Cost wise it seems to make more sense to do pigment because i think that that is much cheaper than sublimation right? 

Honestly im not very familiar with what pigment printing is exactly, i know about sublimation, but not pigment. 

If someone could tell me more about and the pros and cons, that would be great! 

Will the result and quality of the fabric print be the same on both? 

in pigment, does the ink become a part of the fabric and will never fade away or is it like screen printing and after washing many times will fade. 

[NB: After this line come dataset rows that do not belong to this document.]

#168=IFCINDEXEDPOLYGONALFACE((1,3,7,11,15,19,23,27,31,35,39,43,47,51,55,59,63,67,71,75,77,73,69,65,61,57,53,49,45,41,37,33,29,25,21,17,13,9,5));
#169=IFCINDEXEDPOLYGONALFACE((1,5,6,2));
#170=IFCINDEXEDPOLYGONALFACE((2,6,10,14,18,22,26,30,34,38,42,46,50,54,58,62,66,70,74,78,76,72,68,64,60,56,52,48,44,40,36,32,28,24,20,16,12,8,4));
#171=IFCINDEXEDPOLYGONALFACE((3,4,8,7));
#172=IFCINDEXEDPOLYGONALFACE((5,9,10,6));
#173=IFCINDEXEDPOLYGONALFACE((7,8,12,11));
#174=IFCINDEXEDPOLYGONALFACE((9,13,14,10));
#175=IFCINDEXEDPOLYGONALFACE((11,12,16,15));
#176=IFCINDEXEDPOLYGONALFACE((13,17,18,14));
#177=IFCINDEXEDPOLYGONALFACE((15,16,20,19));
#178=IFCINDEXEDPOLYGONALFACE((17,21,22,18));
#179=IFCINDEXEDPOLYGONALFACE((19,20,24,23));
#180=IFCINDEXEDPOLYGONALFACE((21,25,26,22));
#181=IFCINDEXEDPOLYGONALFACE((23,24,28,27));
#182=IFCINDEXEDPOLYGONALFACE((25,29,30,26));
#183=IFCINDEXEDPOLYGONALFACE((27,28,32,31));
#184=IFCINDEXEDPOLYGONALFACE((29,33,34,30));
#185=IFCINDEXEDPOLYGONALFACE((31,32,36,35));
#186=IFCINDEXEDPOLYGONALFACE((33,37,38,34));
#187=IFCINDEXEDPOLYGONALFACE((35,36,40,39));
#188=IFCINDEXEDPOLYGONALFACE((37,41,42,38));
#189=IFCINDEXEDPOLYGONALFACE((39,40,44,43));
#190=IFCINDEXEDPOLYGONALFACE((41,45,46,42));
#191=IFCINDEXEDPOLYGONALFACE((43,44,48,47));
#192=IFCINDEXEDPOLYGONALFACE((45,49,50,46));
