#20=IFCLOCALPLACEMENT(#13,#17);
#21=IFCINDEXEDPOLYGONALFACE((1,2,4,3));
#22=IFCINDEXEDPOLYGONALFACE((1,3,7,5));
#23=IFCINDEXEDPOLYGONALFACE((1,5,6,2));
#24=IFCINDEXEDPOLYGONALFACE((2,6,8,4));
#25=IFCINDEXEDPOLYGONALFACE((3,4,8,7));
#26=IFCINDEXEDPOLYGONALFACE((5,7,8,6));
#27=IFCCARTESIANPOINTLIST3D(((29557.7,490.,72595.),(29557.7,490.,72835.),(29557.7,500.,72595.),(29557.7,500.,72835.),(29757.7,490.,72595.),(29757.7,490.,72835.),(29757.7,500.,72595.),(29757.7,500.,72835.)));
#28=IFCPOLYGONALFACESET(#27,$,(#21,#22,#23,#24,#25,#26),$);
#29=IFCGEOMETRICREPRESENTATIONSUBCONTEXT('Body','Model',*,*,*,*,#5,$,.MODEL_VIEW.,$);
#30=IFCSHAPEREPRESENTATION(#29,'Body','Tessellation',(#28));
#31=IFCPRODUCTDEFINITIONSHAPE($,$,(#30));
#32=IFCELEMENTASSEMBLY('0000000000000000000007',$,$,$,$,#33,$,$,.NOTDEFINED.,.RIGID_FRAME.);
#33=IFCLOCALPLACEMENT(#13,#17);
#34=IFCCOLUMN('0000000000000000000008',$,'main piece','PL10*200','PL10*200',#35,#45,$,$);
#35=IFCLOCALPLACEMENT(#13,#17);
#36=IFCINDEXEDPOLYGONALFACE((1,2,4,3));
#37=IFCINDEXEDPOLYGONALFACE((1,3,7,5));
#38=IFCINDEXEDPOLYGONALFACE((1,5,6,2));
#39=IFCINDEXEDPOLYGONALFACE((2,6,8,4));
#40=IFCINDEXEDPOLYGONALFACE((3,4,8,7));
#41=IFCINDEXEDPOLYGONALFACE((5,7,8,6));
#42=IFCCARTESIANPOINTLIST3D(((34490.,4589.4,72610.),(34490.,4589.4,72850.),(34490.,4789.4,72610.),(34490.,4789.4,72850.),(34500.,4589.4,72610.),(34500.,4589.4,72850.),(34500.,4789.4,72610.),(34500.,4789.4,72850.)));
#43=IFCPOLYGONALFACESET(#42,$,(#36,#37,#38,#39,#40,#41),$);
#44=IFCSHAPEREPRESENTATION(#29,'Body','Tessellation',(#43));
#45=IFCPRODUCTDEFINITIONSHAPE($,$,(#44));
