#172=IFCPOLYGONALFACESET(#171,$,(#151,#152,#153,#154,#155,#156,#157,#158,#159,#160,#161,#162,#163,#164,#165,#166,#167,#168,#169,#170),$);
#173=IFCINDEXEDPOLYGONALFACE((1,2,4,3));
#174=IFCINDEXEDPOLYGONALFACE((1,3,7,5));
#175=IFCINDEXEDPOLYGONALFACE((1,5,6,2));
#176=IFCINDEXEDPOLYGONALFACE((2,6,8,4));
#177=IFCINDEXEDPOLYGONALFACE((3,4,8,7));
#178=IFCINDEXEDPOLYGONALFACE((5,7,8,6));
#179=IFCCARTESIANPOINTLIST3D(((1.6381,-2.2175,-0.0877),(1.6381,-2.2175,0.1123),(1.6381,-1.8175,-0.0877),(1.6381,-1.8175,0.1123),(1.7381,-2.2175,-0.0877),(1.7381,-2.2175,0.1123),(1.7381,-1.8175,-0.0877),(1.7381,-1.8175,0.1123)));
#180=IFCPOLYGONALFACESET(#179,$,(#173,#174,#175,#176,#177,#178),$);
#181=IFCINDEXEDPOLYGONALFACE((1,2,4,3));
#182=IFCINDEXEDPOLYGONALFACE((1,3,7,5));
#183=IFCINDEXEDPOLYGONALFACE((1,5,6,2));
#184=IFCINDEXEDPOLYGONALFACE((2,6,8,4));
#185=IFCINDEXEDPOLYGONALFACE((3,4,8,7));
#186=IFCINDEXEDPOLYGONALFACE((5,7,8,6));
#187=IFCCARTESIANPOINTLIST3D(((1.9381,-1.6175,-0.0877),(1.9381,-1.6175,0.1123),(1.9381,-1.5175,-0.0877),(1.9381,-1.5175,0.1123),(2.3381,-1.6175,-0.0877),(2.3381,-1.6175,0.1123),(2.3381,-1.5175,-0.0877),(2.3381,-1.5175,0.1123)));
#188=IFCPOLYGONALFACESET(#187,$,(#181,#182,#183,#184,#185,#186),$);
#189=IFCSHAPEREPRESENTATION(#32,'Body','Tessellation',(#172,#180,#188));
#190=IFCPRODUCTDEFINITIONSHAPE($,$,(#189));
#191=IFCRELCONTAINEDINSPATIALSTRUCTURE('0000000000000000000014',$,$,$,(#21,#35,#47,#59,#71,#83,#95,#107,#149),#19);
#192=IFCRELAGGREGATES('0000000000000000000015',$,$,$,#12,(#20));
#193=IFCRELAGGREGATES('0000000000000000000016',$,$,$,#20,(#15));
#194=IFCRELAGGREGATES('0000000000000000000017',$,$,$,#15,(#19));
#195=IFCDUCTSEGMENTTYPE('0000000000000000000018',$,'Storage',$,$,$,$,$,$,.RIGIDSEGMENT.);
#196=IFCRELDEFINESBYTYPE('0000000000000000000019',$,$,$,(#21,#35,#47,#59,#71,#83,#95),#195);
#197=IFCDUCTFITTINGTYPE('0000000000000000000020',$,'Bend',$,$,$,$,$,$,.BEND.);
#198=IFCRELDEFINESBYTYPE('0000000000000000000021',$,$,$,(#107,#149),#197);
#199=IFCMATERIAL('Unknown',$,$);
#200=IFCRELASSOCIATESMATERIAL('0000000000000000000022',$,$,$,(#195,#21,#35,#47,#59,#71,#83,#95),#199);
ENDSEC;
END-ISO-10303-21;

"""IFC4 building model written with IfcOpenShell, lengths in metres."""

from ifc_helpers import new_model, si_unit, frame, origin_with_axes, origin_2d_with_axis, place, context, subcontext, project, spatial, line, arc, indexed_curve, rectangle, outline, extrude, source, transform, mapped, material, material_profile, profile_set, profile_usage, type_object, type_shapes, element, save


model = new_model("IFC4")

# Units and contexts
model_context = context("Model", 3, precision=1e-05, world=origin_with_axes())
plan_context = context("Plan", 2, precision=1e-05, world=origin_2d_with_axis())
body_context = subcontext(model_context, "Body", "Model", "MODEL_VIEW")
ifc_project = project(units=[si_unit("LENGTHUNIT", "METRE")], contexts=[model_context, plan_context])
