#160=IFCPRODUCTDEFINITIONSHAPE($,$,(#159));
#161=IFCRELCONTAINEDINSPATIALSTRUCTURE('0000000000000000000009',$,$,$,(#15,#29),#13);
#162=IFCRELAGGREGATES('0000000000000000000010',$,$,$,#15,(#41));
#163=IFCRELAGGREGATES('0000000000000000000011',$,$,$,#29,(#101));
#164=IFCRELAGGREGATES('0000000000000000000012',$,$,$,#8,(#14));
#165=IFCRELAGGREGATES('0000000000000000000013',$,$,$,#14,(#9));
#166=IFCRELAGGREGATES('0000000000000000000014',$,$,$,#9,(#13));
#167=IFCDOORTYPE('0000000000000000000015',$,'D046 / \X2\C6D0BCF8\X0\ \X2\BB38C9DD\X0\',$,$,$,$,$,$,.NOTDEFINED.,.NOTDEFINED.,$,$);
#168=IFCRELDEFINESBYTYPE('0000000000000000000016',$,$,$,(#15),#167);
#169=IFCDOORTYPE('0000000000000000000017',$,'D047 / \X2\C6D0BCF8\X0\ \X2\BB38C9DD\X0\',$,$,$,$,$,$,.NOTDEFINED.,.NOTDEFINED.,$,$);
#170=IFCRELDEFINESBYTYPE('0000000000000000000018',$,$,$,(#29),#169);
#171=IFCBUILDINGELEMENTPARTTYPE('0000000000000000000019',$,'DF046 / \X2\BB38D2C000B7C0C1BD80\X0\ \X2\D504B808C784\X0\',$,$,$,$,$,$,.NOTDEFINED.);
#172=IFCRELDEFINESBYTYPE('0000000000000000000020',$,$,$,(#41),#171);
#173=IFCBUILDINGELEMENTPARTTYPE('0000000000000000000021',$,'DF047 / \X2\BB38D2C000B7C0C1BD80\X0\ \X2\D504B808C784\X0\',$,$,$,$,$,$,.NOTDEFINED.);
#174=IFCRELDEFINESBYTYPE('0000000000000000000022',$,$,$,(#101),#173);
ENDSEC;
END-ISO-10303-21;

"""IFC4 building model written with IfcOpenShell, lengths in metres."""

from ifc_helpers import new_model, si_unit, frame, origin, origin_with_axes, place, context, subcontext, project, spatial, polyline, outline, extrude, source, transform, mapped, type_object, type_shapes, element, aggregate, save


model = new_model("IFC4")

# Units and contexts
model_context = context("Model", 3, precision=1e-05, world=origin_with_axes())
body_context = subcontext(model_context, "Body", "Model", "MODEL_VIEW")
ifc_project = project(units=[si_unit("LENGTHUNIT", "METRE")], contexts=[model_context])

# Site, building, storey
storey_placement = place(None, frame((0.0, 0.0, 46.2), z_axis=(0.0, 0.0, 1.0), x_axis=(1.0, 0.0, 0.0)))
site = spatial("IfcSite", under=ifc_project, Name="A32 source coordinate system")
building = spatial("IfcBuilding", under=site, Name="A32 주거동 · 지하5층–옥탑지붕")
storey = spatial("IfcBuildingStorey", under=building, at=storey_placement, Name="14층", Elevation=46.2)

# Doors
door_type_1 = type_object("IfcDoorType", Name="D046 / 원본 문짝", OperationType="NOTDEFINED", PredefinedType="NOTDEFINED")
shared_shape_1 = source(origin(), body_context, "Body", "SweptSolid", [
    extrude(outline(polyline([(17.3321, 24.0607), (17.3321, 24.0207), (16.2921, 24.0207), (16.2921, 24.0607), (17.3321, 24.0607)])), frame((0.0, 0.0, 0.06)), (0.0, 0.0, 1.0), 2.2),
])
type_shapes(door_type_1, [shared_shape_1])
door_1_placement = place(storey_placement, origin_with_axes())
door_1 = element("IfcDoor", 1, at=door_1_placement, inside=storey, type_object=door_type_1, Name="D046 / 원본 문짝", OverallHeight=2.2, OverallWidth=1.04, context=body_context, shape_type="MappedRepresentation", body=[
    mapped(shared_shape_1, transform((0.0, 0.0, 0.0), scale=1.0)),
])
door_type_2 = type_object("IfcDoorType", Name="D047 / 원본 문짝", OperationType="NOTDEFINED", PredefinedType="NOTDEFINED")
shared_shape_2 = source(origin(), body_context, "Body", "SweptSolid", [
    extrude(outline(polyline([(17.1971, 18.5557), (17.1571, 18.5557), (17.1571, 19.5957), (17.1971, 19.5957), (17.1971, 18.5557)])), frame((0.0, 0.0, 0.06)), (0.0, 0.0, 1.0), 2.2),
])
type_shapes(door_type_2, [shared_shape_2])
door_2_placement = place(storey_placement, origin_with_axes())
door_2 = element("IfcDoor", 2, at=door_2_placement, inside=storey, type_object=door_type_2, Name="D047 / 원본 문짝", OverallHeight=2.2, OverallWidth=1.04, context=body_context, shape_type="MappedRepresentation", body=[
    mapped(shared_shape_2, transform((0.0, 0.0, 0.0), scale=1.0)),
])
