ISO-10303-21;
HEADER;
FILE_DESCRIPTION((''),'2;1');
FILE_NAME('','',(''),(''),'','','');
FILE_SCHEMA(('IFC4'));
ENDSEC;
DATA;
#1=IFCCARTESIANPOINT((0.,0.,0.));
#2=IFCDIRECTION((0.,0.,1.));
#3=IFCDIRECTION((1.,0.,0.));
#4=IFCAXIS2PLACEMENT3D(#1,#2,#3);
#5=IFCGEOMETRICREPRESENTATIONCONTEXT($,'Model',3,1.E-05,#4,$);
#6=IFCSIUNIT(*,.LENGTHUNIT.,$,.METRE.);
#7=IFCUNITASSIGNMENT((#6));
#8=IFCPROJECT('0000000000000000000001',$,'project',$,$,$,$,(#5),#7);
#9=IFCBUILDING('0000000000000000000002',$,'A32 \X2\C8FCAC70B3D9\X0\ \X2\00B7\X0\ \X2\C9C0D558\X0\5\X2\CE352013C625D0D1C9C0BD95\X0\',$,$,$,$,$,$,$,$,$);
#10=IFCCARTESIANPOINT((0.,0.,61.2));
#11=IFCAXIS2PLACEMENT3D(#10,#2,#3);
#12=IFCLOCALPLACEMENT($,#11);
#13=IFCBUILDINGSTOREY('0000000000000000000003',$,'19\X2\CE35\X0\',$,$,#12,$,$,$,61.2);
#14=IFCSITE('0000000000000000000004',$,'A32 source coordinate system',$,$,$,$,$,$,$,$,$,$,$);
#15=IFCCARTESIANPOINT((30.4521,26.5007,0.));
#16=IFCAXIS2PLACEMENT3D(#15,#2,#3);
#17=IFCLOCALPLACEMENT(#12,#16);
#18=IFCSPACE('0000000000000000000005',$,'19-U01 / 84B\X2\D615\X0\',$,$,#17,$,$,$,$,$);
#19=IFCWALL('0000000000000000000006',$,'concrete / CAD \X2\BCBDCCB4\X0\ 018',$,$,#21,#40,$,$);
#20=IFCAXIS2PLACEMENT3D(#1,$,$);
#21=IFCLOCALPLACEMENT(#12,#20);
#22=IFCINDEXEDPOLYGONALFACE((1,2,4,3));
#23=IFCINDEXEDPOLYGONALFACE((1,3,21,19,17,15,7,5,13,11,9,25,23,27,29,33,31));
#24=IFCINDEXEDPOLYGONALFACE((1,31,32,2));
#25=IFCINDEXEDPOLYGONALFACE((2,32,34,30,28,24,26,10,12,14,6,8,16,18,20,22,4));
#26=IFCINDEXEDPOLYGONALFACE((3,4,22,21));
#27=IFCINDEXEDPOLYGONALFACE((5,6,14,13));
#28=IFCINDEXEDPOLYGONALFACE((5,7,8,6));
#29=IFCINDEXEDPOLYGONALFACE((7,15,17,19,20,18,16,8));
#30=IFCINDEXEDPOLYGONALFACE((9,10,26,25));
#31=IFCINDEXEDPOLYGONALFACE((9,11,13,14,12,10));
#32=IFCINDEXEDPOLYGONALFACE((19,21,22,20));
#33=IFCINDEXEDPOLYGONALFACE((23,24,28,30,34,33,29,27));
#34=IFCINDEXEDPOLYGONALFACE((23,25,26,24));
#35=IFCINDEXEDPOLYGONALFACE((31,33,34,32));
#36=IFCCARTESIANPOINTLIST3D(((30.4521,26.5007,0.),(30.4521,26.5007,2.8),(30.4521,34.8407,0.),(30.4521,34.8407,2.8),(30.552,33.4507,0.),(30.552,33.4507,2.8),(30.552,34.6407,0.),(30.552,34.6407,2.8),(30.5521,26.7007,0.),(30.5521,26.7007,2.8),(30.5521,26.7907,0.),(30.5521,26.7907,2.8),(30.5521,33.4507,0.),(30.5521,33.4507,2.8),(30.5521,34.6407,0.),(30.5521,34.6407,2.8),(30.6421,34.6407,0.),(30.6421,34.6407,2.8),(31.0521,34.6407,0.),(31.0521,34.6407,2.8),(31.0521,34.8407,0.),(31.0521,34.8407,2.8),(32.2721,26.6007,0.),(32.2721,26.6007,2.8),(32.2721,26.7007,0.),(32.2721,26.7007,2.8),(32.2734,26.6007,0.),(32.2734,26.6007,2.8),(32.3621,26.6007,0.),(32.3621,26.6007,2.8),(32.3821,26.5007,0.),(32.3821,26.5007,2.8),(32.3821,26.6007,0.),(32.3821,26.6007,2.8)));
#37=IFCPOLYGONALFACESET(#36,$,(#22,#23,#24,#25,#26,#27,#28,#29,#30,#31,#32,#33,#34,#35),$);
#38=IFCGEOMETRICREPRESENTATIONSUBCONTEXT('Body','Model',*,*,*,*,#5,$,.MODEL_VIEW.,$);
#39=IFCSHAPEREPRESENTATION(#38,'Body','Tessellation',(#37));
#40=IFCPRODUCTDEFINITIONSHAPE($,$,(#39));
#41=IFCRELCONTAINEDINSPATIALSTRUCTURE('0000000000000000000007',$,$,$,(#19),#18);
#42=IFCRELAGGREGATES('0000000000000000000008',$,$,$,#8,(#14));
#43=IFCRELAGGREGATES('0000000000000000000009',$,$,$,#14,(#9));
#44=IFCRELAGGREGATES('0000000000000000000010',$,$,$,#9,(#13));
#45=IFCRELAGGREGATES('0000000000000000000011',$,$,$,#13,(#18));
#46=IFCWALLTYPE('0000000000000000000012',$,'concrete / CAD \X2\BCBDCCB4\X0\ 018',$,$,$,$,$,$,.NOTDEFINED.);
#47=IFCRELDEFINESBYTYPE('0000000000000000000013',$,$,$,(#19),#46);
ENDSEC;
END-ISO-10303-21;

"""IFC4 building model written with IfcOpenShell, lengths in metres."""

from ifc_helpers import new_model, si_unit, frame, origin, origin_with_axes, place, context, subcontext, project, spatial, polyline, outline, extrude, source, transform, mapped, type_object, type_shapes, element, save


model = new_model("IFC4")

# Units and contexts
model_context = context("Model", 3, precision=1e-05, world=origin_with_axes())
body_context = subcontext(model_context, "Body", "Model", "MODEL_VIEW")
ifc_project = project(units=[si_unit("LENGTHUNIT", "METRE")], contexts=[model_context])

# Site, building, storey, space
site = spatial("IfcSite", under=ifc_project, Name="A32 source coordinate system")
building = spatial("IfcBuilding", under=site, Name="A32 주거동 · 지하5층–옥탑지붕")
storey_placement = place(None, frame((0.0, 0.0, 61.2), z_axis=(0.0, 0.0, 1.0), x_axis=(1.0, 0.0, 0.0)))
storey = spatial("IfcBuildingStorey", under=building, at=storey_placement, Name="19층", Elevation=61.2)
space_1_placement = place(storey_placement, frame((30.4521, 26.5007, 0.0), z_axis=(0.0, 0.0, 1.0), x_axis=(1.0, 0.0, 0.0)))
space_1 = spatial("IfcSpace", under=storey, at=space_1_placement, Name="19-U01 / 84B형")

# Wall
wall_type_1 = type_object("IfcWallType", Name="concrete / CAD 벽체 018", PredefinedType="NOTDEFINED")
shared_shape_1 = source(origin(), body_context, "Body", "SweptSolid", [
    extrude(outline(polyline([(0.6, 8.34), (0.6, 8.14), (0.19, 8.14), (0.1, 8.14), (0.0999, 8.14), (0.0999, 6.95), (0.1, 6.95), (0.1, 0.29), (0.1, 0.2), (1.82, 0.2), (1.82, 0.1), (1.8213, 0.1), (1.91, 0.1), (1.93, 0.1), (1.93, 0.0), (0.0, 0.0), (0.0, 8.34), (-0.35, 8.34), (-0.35, 8.34), (0.6, 8.34)])), origin(), (0.0, 0.0, 1.0), 2.8),
])
type_shapes(wall_type_1, [shared_shape_1])
wall_1_placement = place(space_1_placement, origin_with_axes())
element("IfcWall", 1, at=wall_1_placement, inside=space_1, type_object=wall_type_1, Name="concrete / CAD 벽체 018", context=body_context, shape_type="MappedRepresentation", body=[
    mapped(shared_shape_1, transform((0.0, 0.0, 0.0), scale=1.0)),
])

save(model, "model.ifc")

And also any recommendations for pigment printers in los angeles. 

Thank you,


----------



## charles95405 (Feb 1, 2007)

there is a very long thread here that discusses this...If I find the link I will post it. Basically pigment ink is for inkjet transfers and DOES NOT bond with the fabric as sublimation does. It creates a transfer using the proper paper and heat press on the garment for a specific time/temp. The resulting image may or may not last longer than a screen print...just depends on the type transfer BUT it will never equal sublimation in terms of lasting or color...It will start to fade after just a few washings. 
Edit....you will see the term pigment dye ink...and dye sublimation ink...two entirely different type of ink...pigment ink is cheaper...but then so is the resultant image. It will work for some...but I prefer to use sublimation and DTG


----------



## mgparrish (Jul 9, 2005)

johnsimon123 said:


> hey,
> 
> so i want to sublimate onto tshirts but im not sure if i should use sublimation or pigment printing.
> 
> ...


I marked up in your questions above.


----------



## sais (Sep 2, 2013)

this is very educational...


----------